Exhibition, Eunomian Literary Society of Clay Seminary, July 10-11, 1862.
Cordelia Green Drumm graduated at age 16 from Clay Seminary and became a young professional, teaching music by the age of 23. She was one of two Clay Seminary students that later became teachers there. Julia Lincoln Hurt was the other. Both were from Clay County and later in life resided in Kansas City, Missouri. Cordelia had noted in a book that she began teaching music in Professor Hughes' school on October 5, 1868. It is not clear if she was teaching somewhere else prior.
Although several young men called on her, asked if she was engaged, and even warned her about other men, she chose to remain unmarried until 1886. The letters written to Cordelia show the interests of these men, the esteem she was held in by suitors, friends, and relatives. The fact that Cordelia chose to remain single for many years proves she was able to take care of herself as an educated, professional woman.
Program page 1, Annual Concert by the Music Class, Woodland College, May 27, 1870.
Julie Roy Jeffrey in Frontier Women: "Civilizing" the West? 1840-1880 writes about the diverse frontier experiences white woman found themselves in during the nineteenth century. The definition of a woman’s place was important, but there were new and expanding standards for middle class female behavior. Glenda Riley in The Female Frontier: A Comparative View of Women on the Prairie and the Plains writes, “Those who held paid employment before, in addition to, or in place of marriage were typically limited to such ‘acceptable’ female occupations as milliners, shop clerks, domestic servants, teachers, and nursemaids.” (page 2) In 1870, the census listed Cordelia Green as a music teacher in Liberty, and the Clay County Archives has an 1875 petition from Clay County Circuit Court where Cordelia Green is listed as a plaintiff in a dispute over a piano. She was clearly not afraid to assert her rights with a work-related grievance.

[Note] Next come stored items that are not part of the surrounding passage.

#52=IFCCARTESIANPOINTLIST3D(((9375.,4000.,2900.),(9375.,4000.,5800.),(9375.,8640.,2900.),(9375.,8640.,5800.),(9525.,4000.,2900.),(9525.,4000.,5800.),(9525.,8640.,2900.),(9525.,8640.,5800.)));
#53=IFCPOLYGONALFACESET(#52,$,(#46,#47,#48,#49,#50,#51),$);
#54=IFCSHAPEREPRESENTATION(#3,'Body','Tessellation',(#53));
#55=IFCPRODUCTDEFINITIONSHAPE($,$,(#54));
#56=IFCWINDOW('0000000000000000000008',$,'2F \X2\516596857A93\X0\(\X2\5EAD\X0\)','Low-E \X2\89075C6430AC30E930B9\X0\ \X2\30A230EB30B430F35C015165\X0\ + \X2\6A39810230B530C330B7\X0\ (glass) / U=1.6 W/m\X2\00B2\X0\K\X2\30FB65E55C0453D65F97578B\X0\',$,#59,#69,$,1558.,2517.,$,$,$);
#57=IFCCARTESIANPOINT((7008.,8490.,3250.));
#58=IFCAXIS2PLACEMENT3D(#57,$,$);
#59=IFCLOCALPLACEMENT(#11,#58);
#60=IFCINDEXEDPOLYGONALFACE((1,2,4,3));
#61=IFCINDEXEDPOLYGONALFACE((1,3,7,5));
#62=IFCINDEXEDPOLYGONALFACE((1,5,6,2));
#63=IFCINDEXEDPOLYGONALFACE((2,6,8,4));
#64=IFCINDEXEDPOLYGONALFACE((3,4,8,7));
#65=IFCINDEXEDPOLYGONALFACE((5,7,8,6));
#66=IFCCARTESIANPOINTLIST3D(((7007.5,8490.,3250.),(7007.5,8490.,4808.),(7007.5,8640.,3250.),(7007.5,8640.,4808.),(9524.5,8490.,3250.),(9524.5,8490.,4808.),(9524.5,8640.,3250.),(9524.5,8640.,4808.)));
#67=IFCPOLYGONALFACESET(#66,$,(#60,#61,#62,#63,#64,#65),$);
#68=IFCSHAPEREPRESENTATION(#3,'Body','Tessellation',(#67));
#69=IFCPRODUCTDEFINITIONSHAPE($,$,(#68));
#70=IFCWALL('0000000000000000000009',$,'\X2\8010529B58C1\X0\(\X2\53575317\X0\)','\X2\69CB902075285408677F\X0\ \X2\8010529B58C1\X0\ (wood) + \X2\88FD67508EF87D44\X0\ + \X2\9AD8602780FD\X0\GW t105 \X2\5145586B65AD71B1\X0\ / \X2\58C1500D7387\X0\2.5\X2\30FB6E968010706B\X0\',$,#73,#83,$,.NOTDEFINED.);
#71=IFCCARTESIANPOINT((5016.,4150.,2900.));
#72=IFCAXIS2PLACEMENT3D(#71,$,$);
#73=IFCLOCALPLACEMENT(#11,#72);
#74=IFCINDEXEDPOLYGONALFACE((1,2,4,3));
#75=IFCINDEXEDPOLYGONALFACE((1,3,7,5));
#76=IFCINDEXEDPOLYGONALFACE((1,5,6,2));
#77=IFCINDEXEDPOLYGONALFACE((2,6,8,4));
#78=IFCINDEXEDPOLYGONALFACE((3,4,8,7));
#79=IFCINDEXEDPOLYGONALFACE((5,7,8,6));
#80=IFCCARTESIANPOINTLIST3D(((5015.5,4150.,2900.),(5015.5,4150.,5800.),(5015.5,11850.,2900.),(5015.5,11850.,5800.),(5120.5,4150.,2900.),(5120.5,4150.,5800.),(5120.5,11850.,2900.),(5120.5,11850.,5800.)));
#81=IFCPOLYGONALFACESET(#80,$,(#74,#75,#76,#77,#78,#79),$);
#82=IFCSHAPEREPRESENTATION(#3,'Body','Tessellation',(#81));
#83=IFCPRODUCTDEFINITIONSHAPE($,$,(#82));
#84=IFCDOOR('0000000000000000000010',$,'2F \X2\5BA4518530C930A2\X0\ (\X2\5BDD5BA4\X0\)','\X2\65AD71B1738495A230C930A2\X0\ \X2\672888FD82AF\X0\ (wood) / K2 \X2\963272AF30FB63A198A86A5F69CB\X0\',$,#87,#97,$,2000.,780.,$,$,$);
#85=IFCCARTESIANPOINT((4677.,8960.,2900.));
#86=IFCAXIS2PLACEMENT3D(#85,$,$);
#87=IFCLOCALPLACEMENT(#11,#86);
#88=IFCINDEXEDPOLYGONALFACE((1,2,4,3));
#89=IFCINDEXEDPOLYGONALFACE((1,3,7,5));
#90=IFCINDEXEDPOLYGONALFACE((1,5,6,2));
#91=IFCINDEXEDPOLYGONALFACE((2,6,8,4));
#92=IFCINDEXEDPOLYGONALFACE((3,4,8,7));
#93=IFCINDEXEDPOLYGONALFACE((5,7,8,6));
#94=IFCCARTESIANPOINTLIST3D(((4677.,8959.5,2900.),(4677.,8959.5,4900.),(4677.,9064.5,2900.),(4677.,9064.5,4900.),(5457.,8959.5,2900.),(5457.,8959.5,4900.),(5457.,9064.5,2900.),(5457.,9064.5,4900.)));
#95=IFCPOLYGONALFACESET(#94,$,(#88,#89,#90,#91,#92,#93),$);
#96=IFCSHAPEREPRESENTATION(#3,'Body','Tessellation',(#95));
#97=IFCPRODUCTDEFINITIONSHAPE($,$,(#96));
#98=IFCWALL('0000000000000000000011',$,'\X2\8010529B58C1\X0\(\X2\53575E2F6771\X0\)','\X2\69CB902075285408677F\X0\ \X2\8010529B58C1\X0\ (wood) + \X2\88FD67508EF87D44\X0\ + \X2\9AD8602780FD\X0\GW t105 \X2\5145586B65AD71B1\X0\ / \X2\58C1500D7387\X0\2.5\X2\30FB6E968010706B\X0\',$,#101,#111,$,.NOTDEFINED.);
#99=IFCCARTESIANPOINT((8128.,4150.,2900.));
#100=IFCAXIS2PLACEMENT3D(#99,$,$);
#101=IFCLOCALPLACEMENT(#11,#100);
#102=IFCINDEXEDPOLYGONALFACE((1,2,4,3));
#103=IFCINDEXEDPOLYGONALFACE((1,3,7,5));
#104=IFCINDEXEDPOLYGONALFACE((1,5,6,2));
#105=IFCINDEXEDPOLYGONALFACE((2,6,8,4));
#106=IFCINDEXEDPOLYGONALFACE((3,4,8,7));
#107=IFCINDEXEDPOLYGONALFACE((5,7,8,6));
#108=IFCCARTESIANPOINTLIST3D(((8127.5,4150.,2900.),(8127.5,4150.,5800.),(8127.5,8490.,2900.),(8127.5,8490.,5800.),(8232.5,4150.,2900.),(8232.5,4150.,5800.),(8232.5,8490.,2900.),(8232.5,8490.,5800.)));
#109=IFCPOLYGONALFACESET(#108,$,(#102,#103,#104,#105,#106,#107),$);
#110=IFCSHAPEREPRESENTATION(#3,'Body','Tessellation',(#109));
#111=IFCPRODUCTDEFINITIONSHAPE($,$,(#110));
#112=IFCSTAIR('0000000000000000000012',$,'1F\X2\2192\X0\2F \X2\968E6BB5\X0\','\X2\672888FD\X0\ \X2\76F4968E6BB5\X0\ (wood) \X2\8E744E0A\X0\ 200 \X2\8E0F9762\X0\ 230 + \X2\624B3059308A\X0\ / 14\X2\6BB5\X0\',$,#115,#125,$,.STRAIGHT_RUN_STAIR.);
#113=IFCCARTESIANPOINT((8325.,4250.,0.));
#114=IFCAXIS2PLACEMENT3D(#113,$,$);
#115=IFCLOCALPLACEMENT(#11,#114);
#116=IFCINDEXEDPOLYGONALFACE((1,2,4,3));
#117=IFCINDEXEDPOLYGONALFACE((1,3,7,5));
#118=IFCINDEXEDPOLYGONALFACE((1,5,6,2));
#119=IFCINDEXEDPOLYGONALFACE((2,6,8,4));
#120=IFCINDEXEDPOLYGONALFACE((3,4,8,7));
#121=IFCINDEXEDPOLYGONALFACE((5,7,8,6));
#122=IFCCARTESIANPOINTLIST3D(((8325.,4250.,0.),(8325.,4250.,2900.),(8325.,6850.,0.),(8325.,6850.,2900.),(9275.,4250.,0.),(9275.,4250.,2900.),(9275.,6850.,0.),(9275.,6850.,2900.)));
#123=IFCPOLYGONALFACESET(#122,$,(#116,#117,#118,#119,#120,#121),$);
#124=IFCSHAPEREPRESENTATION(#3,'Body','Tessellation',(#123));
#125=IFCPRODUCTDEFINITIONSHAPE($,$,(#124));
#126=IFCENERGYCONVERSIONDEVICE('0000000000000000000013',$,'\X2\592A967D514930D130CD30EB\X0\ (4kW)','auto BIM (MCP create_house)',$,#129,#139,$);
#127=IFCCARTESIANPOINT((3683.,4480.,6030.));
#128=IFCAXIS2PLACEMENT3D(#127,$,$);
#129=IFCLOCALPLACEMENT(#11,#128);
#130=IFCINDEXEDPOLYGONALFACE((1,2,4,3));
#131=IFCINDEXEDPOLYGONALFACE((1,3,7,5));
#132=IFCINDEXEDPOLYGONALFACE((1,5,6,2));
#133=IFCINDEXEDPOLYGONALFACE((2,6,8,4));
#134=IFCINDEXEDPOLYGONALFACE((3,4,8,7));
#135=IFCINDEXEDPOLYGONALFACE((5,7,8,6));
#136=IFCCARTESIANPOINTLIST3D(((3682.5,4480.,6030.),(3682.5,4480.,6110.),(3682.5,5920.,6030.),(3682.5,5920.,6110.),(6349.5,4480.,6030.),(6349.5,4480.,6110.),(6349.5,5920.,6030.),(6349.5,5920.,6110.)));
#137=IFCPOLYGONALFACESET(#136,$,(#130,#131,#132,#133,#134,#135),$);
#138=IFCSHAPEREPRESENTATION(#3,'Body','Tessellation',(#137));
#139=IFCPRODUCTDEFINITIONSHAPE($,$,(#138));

Program page 2, note Cordelia listed on this page.
There is some mystery as to how Cordelia Green met Andrew Drumm. Andrew Drumm had gone to California in 1849 with the Gold Rush by way of Panama and then took a steamer to San Francisco. He mined gold for twenty years and then turned to the cattle business where he made most of his fortune. He came to Kansas City, Missouri, entered the livestock commission business, and had a prominent role in the stockyard district.

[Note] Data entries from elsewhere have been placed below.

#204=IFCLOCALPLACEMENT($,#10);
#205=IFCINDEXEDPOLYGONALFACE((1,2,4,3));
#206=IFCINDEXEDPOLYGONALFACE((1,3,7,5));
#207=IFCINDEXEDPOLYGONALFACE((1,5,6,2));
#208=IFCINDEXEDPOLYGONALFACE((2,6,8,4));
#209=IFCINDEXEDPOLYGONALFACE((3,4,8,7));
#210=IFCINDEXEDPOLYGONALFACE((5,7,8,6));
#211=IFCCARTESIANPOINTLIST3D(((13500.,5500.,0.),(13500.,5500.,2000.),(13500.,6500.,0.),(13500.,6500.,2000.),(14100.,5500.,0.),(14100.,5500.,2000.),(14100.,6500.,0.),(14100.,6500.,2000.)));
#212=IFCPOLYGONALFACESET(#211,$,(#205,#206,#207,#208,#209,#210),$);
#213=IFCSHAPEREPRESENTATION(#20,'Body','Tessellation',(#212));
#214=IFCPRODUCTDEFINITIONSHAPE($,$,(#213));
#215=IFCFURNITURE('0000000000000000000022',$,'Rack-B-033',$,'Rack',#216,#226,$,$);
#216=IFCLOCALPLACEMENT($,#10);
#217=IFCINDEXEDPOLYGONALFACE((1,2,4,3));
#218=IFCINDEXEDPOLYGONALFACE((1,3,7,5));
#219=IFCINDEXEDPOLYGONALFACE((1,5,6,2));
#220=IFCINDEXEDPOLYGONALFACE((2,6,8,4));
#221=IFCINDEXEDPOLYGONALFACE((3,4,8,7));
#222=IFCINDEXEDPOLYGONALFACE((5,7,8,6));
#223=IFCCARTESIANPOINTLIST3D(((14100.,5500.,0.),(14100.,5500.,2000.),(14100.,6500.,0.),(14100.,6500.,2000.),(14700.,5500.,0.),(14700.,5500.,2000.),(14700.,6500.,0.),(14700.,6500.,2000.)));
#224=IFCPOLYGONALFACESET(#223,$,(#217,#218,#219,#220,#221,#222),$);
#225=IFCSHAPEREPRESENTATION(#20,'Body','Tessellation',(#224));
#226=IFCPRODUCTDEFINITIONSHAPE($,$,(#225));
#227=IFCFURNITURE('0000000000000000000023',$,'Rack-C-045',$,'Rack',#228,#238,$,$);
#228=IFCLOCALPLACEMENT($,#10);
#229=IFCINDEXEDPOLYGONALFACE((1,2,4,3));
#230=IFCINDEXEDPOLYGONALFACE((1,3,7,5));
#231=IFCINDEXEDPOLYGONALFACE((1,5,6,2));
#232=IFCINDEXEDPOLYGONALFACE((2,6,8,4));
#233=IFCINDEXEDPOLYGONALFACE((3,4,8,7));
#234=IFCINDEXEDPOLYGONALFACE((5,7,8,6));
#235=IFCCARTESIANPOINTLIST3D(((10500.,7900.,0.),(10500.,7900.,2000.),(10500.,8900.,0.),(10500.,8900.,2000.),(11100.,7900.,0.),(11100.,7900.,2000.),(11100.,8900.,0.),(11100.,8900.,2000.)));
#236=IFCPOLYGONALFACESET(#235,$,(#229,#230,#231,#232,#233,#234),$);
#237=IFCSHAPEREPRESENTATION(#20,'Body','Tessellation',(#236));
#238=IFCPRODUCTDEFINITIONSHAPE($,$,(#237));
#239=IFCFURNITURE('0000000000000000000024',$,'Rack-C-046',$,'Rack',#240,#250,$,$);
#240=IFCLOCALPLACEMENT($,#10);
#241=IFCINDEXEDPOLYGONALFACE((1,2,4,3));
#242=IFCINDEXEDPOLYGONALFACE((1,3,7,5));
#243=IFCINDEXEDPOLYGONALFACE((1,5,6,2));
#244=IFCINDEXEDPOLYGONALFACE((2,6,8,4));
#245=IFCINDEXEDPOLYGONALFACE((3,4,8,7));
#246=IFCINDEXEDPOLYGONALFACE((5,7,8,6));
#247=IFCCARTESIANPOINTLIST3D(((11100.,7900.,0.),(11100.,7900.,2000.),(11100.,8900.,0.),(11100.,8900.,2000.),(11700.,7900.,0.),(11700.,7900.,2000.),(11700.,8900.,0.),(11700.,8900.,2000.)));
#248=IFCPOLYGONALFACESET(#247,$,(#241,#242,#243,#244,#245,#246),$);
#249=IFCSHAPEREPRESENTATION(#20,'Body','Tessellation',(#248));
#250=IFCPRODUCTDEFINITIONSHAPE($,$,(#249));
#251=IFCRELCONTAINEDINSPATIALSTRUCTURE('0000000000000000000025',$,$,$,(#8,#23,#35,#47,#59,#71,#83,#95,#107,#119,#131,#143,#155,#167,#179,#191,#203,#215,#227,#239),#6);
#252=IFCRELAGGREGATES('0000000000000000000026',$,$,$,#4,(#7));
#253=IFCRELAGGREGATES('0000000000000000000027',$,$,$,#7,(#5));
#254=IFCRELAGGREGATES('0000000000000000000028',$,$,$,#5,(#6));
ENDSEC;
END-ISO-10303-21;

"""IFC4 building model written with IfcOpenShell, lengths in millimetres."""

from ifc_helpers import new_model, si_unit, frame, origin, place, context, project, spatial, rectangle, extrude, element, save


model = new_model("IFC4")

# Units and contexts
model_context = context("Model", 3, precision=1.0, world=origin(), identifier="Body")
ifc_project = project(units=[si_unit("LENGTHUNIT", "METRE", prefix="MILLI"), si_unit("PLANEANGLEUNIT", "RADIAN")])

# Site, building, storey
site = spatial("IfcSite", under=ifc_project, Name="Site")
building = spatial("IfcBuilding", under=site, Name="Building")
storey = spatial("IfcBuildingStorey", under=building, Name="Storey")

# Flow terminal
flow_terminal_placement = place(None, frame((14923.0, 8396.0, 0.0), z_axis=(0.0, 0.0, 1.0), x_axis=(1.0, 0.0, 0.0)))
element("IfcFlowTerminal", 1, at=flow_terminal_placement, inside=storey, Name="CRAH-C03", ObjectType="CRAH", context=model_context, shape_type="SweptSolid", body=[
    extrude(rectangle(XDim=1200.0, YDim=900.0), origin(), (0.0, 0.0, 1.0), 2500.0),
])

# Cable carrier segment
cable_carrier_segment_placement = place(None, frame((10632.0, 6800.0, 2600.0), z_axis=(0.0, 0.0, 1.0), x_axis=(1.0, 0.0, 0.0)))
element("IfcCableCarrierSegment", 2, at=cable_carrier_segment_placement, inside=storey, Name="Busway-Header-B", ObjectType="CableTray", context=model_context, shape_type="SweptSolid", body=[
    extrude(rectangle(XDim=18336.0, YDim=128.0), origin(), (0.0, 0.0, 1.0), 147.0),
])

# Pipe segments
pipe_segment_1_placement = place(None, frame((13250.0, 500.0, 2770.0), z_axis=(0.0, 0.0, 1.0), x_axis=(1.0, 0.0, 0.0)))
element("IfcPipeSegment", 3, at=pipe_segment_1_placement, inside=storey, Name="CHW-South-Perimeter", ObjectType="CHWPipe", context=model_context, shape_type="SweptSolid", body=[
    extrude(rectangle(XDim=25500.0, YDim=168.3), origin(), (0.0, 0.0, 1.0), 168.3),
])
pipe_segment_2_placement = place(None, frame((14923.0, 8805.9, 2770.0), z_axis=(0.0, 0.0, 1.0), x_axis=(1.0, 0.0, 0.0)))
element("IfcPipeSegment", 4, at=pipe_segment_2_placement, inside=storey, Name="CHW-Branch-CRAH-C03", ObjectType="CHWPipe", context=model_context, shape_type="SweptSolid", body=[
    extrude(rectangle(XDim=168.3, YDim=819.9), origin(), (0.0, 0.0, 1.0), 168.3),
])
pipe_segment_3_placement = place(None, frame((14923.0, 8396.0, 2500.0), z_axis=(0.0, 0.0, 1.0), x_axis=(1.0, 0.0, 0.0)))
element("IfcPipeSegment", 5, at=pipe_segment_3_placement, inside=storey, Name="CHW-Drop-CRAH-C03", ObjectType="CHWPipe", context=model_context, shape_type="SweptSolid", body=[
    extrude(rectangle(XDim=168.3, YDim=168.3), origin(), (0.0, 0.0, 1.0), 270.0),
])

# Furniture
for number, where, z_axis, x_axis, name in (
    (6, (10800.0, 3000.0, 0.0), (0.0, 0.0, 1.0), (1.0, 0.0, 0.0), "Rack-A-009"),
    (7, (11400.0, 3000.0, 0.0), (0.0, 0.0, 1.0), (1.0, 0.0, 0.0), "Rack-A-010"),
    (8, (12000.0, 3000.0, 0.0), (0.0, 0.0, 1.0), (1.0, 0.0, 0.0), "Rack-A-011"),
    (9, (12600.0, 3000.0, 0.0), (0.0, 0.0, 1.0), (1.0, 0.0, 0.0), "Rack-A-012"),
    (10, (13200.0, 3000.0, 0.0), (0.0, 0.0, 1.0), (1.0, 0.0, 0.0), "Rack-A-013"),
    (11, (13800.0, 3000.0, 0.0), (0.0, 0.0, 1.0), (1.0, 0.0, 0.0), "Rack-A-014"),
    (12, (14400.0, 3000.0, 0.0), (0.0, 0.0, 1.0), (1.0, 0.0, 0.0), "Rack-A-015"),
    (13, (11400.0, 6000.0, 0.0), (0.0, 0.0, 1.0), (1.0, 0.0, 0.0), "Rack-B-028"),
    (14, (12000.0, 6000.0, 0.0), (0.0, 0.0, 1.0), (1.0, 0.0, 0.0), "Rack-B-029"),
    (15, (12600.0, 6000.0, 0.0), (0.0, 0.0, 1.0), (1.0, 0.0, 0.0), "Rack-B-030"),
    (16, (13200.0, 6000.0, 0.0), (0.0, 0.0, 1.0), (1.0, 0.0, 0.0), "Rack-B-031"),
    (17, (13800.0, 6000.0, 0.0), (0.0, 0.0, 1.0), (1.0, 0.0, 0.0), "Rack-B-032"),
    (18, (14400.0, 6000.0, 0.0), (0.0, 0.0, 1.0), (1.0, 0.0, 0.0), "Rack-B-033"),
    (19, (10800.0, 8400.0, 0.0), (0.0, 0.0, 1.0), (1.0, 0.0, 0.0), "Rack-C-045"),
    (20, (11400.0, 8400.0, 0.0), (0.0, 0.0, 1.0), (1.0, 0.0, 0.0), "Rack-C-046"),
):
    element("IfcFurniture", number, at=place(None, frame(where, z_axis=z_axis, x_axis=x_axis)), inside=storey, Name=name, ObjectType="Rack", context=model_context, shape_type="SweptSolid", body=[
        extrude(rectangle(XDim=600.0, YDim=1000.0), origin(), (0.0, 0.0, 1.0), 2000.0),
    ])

Andrew Drumm was fifty eight and Cordelia Green was forty when they were married in Liberty on February 17, 1886. Their marriage was described as happy and they were inseparable until his death in 1918. After their marriage, Cordelia was part of the highest levels of Kansas City society and her name appeared in numerous Sunday issues of the Kansas City Star as someone who had received invitations to receptions. Beginning in 1889, Cordelia began renting a storage space in Liberty with her keepsakes from Clay Seminary and her youth. Her mom, Mary, lived with them for four years at the Midland Hotel. After her death, they traveled to Mexico and Europe.
Wedding Announcement from the Kansas City Times, February 19, 1886.
Brain Burnes writes in The Andrew Drumm Legacy: A Cattleman’s Promise to Children that the Drumms had a lavish lifestyle living at the Midland Hotel and later the Washington Hotel, both leading hotels in that era in Kansas City. In 1909, they bought a house on Armour Boulevard which had previously been owned by the founder of the Kansas City Southern Railway.
In Andrew Drumm’s later years, his dream was to create a place where disadvantaged boys could have freedom and receive a practical education. Together the Drumms traveled to Chicago, Baltimore, and Philadelphia to study similar institutions. The two letters Cordelia wrote her mother that are part of the Clay County Archives collection were written on these trips. In 1912, Drumm bought land where orphaned boys could be cared for and educated.
Andrew Drumm (Image found https://www.drummforkids.org/who-we-are/our-history/)
Andrew Drumm died in Texas after getting bronchitis while attending a convention of Texas cattle ranchers in 1919. As usual, Cordelia was with him. At his death, his estate was estimated to be worth close to $2 million. Cordelia was given $150,000 with an annual income of $10,000, leaving nearly $1.8 million. Most of this remaining money went to establishing Drumm Farm where Drumm wrote in his will boys would not have to wear uniforms, could learn useful trades, and would not feel that they were the objects of dependence. Cordelia spent her years after Drumm’s death working with Drumm Farm Center for Children.
Some claim Andrew Drumm became passionate about disadvantaged boys after witnessing how Kansas City’s newsboys lived in an outdoor alley, sleeping in ash boxes. Supposedly, he went home and told Cordelia that he was going to do what he could to remedy that. With the Drumms marrying late in life, they never had children of their own which possibly could have also influenced their joint passion for creating a home for orphans. Cordelia’s educational experiences at Clay Seminary as a teacher could have influenced them, particularly her. This type of philanthropic work was also typical of the Progressive Era that the Drumms lived in.